Objective The high density SNP genotype data were obtained by whole genome sequencing (WGS), the accuracy of genotype was evaluated, and this study is intended to establish the method of using whole genome sequencing data for SNP kinship relationship prediction. Methods The samples were sequenced at a depth of 30x through the MGISEQ-200RS sequencing platform, and 645 199 autosomal SNP in the Wegene GSA DNA microarray were extracted from the sequencing data. After quality control and filtering, the prediction relationship was calculated and predicted by IBS/IBD algorithm, and the ancestry of the samples was analyzed.

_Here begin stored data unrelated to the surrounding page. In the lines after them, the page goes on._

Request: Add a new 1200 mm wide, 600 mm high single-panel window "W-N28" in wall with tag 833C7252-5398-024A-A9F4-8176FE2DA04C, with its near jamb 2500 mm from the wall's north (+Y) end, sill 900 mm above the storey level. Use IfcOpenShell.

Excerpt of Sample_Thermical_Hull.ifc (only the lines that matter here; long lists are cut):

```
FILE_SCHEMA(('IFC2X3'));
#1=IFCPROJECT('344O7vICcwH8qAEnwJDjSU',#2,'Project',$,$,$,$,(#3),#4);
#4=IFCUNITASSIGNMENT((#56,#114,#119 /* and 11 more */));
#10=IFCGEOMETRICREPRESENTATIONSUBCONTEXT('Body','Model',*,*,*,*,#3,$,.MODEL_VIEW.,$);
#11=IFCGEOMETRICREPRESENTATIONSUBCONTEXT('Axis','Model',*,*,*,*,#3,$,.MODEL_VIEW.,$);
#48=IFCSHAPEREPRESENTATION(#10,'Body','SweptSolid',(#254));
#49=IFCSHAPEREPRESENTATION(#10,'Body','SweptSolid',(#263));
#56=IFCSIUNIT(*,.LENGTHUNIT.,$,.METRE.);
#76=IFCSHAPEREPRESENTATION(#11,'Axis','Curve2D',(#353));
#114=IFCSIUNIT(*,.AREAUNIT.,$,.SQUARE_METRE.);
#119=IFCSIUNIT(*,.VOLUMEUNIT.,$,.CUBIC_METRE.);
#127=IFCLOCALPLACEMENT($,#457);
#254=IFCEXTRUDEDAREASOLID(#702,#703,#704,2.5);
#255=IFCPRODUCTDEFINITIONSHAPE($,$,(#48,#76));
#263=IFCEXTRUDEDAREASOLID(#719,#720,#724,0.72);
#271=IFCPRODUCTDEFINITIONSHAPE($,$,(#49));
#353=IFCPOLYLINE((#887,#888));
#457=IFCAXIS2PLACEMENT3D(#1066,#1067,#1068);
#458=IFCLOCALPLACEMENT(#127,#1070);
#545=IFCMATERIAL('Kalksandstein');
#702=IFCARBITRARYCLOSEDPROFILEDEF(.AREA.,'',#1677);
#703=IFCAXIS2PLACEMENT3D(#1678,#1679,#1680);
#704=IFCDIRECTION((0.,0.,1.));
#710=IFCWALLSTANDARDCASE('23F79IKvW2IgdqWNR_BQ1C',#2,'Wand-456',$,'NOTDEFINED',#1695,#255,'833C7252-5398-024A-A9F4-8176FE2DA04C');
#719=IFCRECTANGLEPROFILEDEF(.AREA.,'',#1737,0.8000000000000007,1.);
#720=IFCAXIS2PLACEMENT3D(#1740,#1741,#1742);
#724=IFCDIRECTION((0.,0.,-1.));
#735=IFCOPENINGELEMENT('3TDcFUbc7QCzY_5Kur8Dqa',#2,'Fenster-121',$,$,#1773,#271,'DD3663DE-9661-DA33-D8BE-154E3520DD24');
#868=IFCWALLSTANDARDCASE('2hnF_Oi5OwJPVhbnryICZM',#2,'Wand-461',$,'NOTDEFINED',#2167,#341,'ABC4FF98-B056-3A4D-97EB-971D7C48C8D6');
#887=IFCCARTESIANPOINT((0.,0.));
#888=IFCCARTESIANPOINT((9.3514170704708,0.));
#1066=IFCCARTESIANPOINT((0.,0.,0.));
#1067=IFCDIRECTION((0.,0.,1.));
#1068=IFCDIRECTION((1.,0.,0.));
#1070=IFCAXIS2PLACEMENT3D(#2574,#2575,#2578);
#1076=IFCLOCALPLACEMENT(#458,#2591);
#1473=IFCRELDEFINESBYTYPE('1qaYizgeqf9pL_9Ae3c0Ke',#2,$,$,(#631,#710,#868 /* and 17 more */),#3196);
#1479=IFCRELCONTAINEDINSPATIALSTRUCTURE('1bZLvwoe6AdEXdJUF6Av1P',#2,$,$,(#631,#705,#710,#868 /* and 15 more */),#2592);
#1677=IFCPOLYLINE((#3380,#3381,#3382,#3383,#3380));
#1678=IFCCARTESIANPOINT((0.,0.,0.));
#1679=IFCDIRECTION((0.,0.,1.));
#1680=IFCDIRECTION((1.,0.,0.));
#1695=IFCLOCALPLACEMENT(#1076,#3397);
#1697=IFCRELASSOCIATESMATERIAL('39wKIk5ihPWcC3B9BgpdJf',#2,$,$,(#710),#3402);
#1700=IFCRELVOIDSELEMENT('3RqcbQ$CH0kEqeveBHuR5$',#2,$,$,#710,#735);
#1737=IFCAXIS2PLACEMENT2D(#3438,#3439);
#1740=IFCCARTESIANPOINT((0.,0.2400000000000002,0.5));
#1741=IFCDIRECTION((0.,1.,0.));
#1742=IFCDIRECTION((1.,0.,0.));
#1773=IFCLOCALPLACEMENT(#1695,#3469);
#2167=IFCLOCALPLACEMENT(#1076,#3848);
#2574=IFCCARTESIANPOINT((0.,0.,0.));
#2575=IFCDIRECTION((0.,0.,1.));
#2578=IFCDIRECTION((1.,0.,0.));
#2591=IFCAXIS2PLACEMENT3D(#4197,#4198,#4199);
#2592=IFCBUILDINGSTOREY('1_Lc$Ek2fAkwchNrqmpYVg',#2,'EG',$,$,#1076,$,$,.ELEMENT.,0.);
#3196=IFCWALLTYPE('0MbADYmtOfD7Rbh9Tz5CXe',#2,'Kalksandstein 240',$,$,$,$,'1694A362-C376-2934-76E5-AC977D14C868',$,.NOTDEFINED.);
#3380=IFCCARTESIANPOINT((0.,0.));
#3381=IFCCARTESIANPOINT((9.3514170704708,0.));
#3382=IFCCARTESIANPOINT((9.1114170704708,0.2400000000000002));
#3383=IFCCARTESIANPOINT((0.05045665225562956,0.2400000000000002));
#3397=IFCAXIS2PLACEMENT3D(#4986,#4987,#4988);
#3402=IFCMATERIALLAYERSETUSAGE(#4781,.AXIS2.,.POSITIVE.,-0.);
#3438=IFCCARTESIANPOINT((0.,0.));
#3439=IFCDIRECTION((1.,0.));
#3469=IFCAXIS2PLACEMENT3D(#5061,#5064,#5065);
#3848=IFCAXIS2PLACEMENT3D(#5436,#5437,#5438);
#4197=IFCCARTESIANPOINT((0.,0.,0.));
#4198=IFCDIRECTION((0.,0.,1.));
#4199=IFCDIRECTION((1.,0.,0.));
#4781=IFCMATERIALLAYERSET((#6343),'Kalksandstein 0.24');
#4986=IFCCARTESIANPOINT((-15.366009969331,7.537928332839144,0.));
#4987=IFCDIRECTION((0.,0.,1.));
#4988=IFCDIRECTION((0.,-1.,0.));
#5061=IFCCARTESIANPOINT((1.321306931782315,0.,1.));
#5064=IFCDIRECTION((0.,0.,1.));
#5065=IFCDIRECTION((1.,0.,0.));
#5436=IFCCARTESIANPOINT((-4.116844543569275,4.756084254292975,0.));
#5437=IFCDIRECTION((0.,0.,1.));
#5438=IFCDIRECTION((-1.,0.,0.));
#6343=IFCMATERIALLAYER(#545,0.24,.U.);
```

```python
import numpy as np
import ifcopenshell
import ifcopenshell.api.feature
import ifcopenshell.api.geometry
import ifcopenshell.api.root
import ifcopenshell.api.spatial
import ifcopenshell.api.type
import ifcopenshell.geom
import ifcopenshell.util.element
import ifcopenshell.util.placement
import ifcopenshell.util.representation
import ifcopenshell.util.shape
import ifcopenshell.util.unit

model = ifcopenshell.open("Sample_Thermical_Hull.ifc")
unit_scale = ifcopenshell.util.unit.calculate_unit_scale(model)
settings = ifcopenshell.geom.settings()


def volume(element):
    """Net volume in cubic metres, openings subtracted."""
    shape = ifcopenshell.geom.create_shape(settings, element)
    return ifcopenshell.util.shape.get_volume(shape.geometry)


wall = model.by_guid("23F79IKvW2IgdqWNR_BQ1C")
storey = ifcopenshell.util.element.get_container(wall, ifc_class="IfcBuildingStorey")
context = ifcopenshell.util.representation.get_context(model, "Model", "Body", "MODEL_VIEW")
before = volume(wall)

width, height, from_end, sill = 1.2, 0.6, 2.5, 0.9  # metres

# The wall runs along its own X axis, and the end named is its -X end.
wall_shape = ifcopenshell.geom.create_shape(settings, wall)
x, y, z = ifcopenshell.util.shape.get_vertices(wall_shape.geometry).T
start = x.min() + from_end
face, thickness = float(y.min()), float(y.max() - y.min())
wall_matrix = ifcopenshell.util.placement.get_local_placement(wall.ObjectPlacement)
level = ifcopenshell.util.placement.get_local_placement(storey.ObjectPlacement)[2, 3]


def in_wall(x, y):
    """Placement at x, y metres in the wall's axes, at sill height."""
    matrix = wall_matrix.copy()
    matrix[:, 3] = wall_matrix @ np.array([x / unit_scale, y / unit_scale, 0.0, 1.0])
    matrix[2, 3] = level + sill / unit_scale
    return matrix


# Opening: a box that overshoots both wall faces by 50 mm.
opening = ifcopenshell.api.root.create_entity(model, ifc_class="IfcOpeningElement")
box = ifcopenshell.api.geometry.add_wall_representation(
    model, context=context, length=width, height=height, thickness=thickness + 0.1
)
ifcopenshell.api.geometry.assign_representation(model, product=opening, representation=box)
ifcopenshell.api.geometry.edit_object_placement(model, product=opening, matrix=in_wall(start, face - 0.05), is_si=False)
ifcopenshell.api.feature.add_feature(model, feature=opening, element=wall)

window = ifcopenshell.api.root.create_entity(model, ifc_class="IfcWindow", name="W-N28")
window.OverallWidth, window.OverallHeight = width / unit_scale, height / unit_scale
body = ifcopenshell.api.geometry.add_window_representation(
    model,
    context=context,
    overall_width=window.OverallWidth,
    overall_height=window.OverallHeight,
    partition_type="SINGLE_PANEL",
)
ifcopenshell.api.geometry.assign_representation(model, product=window, representation=body)
ifcopenshell.api.spatial.assign_container(model, products=[window], relating_structure=storey)
fills = ifcopenshell.api.feature.add_filling(model, opening=opening, element=window)
fills.OwnerHistory = window.OwnerHistory  # required in IFC2X3

# IFC2X3 keeps the operation on the window style.
style = ifcopenshell.api.root.create_entity(model, ifc_class="IfcWindowStyle", name="W-N28")
style.OperationType, style.ConstructionType = "SINGLE_PANEL", "NOTDEFINED"
style.ParameterTakesPrecedence = style.Sizeable = False
ifcopenshell.api.type.assign_type(model, related_objects=[window], relating_type=style)

# Centre the window in the wall's thickness.
ifcopenshell.api.geometry.edit_object_placement(model, product=window, matrix=in_wall(start, face), is_si=False)
window_shape = ifcopenshell.geom.create_shape(settings, window)
depth = ifcopenshell.util.shape.get_vertices(window_shape.geometry)[:, 1]
offset = face + thickness / 2 - (depth.min() + depth.max()) / 2
ifcopenshell.api.geometry.edit_object_placement(model, product=window, matrix=in_wall(start, offset), is_si=False)

after = volume(wall)

print(f"wall volume {before:.3f} -> {after:.3f} m3")

model.write("Sample_Thermical_Hull_rev.ifc")
```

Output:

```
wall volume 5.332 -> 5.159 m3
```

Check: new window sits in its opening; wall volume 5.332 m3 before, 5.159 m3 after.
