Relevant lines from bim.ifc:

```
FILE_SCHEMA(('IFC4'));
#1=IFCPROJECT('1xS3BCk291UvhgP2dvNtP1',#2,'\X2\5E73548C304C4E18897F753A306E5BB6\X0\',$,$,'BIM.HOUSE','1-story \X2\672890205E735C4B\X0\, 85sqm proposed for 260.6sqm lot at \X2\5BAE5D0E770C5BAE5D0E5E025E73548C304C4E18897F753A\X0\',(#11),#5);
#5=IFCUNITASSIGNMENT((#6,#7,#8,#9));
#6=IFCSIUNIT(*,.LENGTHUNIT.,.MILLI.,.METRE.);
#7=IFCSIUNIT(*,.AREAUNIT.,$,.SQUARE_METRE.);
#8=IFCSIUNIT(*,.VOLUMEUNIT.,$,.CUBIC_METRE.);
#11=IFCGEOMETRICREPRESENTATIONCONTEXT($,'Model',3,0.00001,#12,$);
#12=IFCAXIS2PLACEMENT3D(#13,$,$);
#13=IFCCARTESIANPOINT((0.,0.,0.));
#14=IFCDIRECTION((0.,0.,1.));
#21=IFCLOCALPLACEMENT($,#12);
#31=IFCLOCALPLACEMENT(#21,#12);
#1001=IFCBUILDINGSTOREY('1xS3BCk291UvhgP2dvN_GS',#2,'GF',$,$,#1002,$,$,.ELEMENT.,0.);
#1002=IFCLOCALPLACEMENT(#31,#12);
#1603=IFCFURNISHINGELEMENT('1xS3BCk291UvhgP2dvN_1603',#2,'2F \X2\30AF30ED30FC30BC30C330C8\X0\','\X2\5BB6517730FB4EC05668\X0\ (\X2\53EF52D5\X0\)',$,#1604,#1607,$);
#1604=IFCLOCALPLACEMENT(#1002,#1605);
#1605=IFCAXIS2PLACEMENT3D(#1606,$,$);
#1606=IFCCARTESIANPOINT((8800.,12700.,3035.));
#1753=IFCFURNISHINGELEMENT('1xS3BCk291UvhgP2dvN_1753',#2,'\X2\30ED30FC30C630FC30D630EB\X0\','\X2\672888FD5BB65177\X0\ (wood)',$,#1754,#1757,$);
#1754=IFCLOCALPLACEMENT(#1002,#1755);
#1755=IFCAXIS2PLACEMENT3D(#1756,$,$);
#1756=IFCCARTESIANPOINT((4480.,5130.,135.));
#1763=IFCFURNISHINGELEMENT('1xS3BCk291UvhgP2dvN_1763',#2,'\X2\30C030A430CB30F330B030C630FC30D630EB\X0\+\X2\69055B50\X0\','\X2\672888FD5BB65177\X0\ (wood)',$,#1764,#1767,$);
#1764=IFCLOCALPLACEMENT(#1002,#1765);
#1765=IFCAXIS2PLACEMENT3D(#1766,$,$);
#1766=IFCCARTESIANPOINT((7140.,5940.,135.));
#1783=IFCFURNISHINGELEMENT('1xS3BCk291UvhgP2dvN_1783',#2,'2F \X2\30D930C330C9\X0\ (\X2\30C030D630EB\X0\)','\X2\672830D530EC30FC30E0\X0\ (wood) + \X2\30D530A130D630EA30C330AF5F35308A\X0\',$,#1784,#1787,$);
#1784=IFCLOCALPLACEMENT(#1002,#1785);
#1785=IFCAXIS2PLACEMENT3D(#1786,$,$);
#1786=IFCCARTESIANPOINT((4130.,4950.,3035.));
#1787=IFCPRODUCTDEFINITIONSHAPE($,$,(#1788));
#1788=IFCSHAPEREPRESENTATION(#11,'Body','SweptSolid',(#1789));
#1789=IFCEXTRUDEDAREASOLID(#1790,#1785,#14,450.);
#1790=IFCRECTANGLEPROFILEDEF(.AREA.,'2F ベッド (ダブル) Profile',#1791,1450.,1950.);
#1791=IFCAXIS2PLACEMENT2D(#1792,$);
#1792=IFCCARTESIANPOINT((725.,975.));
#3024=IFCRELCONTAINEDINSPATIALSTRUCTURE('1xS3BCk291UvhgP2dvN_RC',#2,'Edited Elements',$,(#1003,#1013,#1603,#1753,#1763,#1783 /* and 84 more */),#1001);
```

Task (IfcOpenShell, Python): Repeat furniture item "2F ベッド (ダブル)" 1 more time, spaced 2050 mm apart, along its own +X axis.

```python
import ifcopenshell
import ifcopenshell.api.geometry
import ifcopenshell.api.root
import ifcopenshell.util.element
import ifcopenshell.util.placement
import ifcopenshell.util.unit

model = ifcopenshell.open("bim.ifc")
unit_scale = ifcopenshell.util.unit.calculate_unit_scale(model)


def reuse_history(source, copy):
    """copy_class also copies each property set's owner history, people and application; keep the originals."""
    for rel in copy.IsDefinedBy:
        if rel.is_a("IfcRelDefinesByProperties") and (history := rel.RelatingPropertyDefinition.OwnerHistory):
            rel.RelatingPropertyDefinition.OwnerHistory = source.OwnerHistory
            ifcopenshell.util.element.remove_deep2(model, history)


source = model.by_guid("1xS3BCk291UvhgP2dvN_1783")
base = ifcopenshell.util.placement.get_local_placement(source.ObjectPlacement)
step = base[:3, 0] * 2.05 / unit_scale

for i in range(1, 2):
    copy = ifcopenshell.api.root.copy_class(model, product=source)
    copy.Representation = ifcopenshell.util.element.copy_deep(
        model, source.Representation, exclude=["IfcGeometricRepresentationContext", "IfcRepresentationMap"]
    )
    reuse_history(source, copy)
    matrix = base.copy()
    matrix[:3, 3] += i * step
    print("added at", matrix[:3, 3].round(3) + 0.0)
    ifcopenshell.api.geometry.edit_object_placement(model, product=copy, matrix=matrix, is_si=False)

model.write("bim_edited.ifc")
```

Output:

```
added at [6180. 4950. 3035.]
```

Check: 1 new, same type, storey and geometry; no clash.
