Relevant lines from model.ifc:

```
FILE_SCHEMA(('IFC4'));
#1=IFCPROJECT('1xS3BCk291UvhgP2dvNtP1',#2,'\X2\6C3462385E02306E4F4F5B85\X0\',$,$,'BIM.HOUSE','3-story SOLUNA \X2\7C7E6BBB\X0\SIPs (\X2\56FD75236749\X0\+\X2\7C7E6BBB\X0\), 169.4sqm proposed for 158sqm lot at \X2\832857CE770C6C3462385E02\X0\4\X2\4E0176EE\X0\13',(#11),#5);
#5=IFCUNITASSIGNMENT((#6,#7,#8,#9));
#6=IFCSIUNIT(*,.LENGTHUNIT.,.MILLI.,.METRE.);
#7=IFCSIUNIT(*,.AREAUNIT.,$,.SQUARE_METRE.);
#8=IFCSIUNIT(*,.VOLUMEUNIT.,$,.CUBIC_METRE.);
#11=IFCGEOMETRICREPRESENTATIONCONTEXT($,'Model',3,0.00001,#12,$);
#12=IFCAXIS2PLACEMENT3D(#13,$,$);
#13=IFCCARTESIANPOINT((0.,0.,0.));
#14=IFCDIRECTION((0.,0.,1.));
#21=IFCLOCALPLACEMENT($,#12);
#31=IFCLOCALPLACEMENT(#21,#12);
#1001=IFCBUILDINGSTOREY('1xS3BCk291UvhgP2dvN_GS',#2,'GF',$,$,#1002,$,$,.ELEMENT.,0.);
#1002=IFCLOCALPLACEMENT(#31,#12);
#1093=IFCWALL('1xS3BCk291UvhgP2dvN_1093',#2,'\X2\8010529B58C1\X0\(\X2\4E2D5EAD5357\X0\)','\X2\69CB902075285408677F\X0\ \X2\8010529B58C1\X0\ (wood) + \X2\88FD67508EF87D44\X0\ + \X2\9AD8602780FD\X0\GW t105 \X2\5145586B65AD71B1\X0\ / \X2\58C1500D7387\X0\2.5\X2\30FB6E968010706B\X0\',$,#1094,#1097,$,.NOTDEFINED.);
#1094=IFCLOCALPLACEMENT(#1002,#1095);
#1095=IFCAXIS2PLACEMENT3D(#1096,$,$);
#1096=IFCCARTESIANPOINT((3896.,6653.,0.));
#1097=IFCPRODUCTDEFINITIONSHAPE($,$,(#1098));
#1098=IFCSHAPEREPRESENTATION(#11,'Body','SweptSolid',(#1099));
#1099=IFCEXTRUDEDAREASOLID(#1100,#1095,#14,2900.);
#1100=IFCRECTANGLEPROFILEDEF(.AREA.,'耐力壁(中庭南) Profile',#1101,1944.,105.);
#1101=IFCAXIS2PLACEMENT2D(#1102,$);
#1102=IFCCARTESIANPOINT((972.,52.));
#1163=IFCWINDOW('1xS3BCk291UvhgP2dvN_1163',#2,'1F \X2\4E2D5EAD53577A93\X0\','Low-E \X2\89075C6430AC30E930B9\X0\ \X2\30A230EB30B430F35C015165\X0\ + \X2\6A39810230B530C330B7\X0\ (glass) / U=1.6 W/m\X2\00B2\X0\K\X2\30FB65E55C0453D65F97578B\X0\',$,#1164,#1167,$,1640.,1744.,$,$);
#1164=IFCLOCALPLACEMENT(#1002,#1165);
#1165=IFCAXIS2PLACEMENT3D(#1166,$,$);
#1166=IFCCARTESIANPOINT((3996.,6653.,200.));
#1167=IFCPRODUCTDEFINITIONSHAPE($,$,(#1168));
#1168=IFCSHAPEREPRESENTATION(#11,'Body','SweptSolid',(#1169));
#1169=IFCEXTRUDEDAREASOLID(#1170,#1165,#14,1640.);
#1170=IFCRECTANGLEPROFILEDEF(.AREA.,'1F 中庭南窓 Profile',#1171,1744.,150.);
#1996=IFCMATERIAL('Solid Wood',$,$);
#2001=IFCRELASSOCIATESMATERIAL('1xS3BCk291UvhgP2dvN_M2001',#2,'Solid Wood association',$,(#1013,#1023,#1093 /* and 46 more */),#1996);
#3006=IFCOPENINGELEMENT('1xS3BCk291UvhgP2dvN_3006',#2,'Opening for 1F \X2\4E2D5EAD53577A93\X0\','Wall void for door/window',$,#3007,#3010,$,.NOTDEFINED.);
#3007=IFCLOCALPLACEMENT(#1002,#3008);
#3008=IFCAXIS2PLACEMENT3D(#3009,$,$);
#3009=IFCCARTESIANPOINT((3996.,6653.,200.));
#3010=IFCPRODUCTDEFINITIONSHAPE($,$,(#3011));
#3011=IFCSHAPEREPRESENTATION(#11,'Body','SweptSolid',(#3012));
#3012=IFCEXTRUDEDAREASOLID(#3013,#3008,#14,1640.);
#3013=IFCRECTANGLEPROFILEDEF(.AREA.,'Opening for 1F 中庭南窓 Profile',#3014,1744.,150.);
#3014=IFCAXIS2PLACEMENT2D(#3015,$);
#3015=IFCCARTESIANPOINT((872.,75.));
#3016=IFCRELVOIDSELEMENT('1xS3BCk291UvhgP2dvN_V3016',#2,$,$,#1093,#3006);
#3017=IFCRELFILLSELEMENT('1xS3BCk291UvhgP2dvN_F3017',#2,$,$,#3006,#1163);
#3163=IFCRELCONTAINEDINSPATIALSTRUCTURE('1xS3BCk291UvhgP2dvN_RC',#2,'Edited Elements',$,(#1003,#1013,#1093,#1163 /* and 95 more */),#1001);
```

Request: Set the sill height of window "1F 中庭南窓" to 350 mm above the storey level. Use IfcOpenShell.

```python
import numpy as np
import ifcopenshell
import ifcopenshell.api.geometry
import ifcopenshell.geom
import ifcopenshell.util.element
import ifcopenshell.util.placement
import ifcopenshell.util.shape
import ifcopenshell.util.unit

model = ifcopenshell.open("model.ifc")
unit_scale = ifcopenshell.util.unit.calculate_unit_scale(model)

window = model.by_id(1163)
opening = window.FillsVoids[0].RelatingOpeningElement
storey = ifcopenshell.util.element.get_container(window, ifc_class="IfcBuildingStorey")
level = ifcopenshell.util.placement.get_local_placement(storey.ObjectPlacement)[2, 3]

# The opening's origin need not be at the sill, so measure its lowest point.
shape = ifcopenshell.geom.create_shape(ifcopenshell.geom.settings(), opening)
bottom = ifcopenshell.util.shape.get_shape_bottom_elevation(shape, shape.geometry) / unit_scale
dz = level + 350.0 - bottom

shift = np.array([0.0, 0.0, dz])
# The window is not placed relative to its opening, so move both.
for product in (opening, window):
    matrix = ifcopenshell.util.placement.get_local_placement(product.ObjectPlacement)
    matrix[:3, 3] += shift
    ifcopenshell.api.geometry.edit_object_placement(model, product=product, matrix=matrix, is_si=False)

print(f"moved by {dz * unit_scale:+.3f} m")

model.write("model_rev.ifc")
```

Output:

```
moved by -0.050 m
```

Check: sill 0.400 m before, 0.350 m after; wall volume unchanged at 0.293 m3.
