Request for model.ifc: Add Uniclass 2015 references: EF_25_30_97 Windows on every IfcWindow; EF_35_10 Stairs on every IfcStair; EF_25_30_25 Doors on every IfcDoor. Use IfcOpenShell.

First a look at what the model holds.

```python
import ifcopenshell

model = ifcopenshell.open("model.ifc")
print(model.schema)
print("classifications:", [c.Name for c in model.by_type("IfcClassification")])
for ifc_class in ("IfcDoor", "IfcRoof", "IfcStair", "IfcWall", "IfcWindow"):
    print(ifc_class, len(model.by_type(ifc_class)))
```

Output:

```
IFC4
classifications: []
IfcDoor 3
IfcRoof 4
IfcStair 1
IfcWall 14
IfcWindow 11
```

```python
import ifcopenshell
import ifcopenshell.api.classification

model = ifcopenshell.open("model.ifc")

system = ifcopenshell.api.classification.add_classification(model, classification="Uniclass 2015")

codes = {
    "IfcWindow": ("EF_25_30_97", "Windows"),
    "IfcStair": ("EF_35_10", "Stairs"),
    "IfcDoor": ("EF_25_30_25", "Doors"),
}
for ifc_class, (code, name) in codes.items():
    products = model.by_type(ifc_class)
    ifcopenshell.api.classification.add_reference(
        model, products=products, classification=system, identification=code, name=name
    )
    print(code, len(products))

model.write("model_updated.ifc")
```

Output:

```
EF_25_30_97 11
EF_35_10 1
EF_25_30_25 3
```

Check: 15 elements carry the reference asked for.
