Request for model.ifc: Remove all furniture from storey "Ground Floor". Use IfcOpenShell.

First a look at what the model holds.

```python
import ifcopenshell
import ifcopenshell.util.element

model = ifcopenshell.open("model.ifc")
print(model.schema)
storey = next(s for s in model.by_type("IfcBuildingStorey") if s.Name == "Ground Floor")
furniture = [e for e in ifcopenshell.util.element.get_decomposition(storey) if e.is_a("IfcFurnishingElement")]
seen = {}
for e in furniture:
    element_type = ifcopenshell.util.element.get_type(e)
    name = element_type.Name if element_type not in (None, e) else None
    seen[name] = seen.get(name, 0) + 1
for name, count in sorted(seen.items(), key=str):
    print(count, "x", name)
```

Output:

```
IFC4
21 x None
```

```python
import ifcopenshell
import ifcopenshell.api.root
import ifcopenshell.util.element

model = ifcopenshell.open("model.ifc")

storey = next(s for s in model.by_type("IfcBuildingStorey") if s.Name == "Ground Floor")
furniture = [e for e in ifcopenshell.util.element.get_decomposition(storey) if e.is_a("IfcFurnishingElement")]

for e in furniture:
    ifcopenshell.api.root.remove_product(model, product=e)
print(len(furniture), "removed")

model.write("model_edited.ifc")
```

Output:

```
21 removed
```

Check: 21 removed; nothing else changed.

Results The coincidence rate between SNP genotype extracted from sequencing data and Wegene GSA genotype is more than 99.62%. The SNP genotype obtained by sequencing can predict kinship from level 1 to level 4 by using IBS algorithm, and confidence interval accuracy of level 4 kinship prediction is 100%. Using IBD algorithm, the confidence interval accuracy of level 1 to 7 kinship prediction is 100%. The pedigree inference ability of SNP obtained from high-depth whole genome sequence data is not significantly different from that of DNA microarray prediction. At the same time, the use of whole genome sequencing data for ancestry inference is consistent with the survey results. Conclusion The whole genome resequencing technique can be applied to SNP genealogy inference to provide clues for case detection.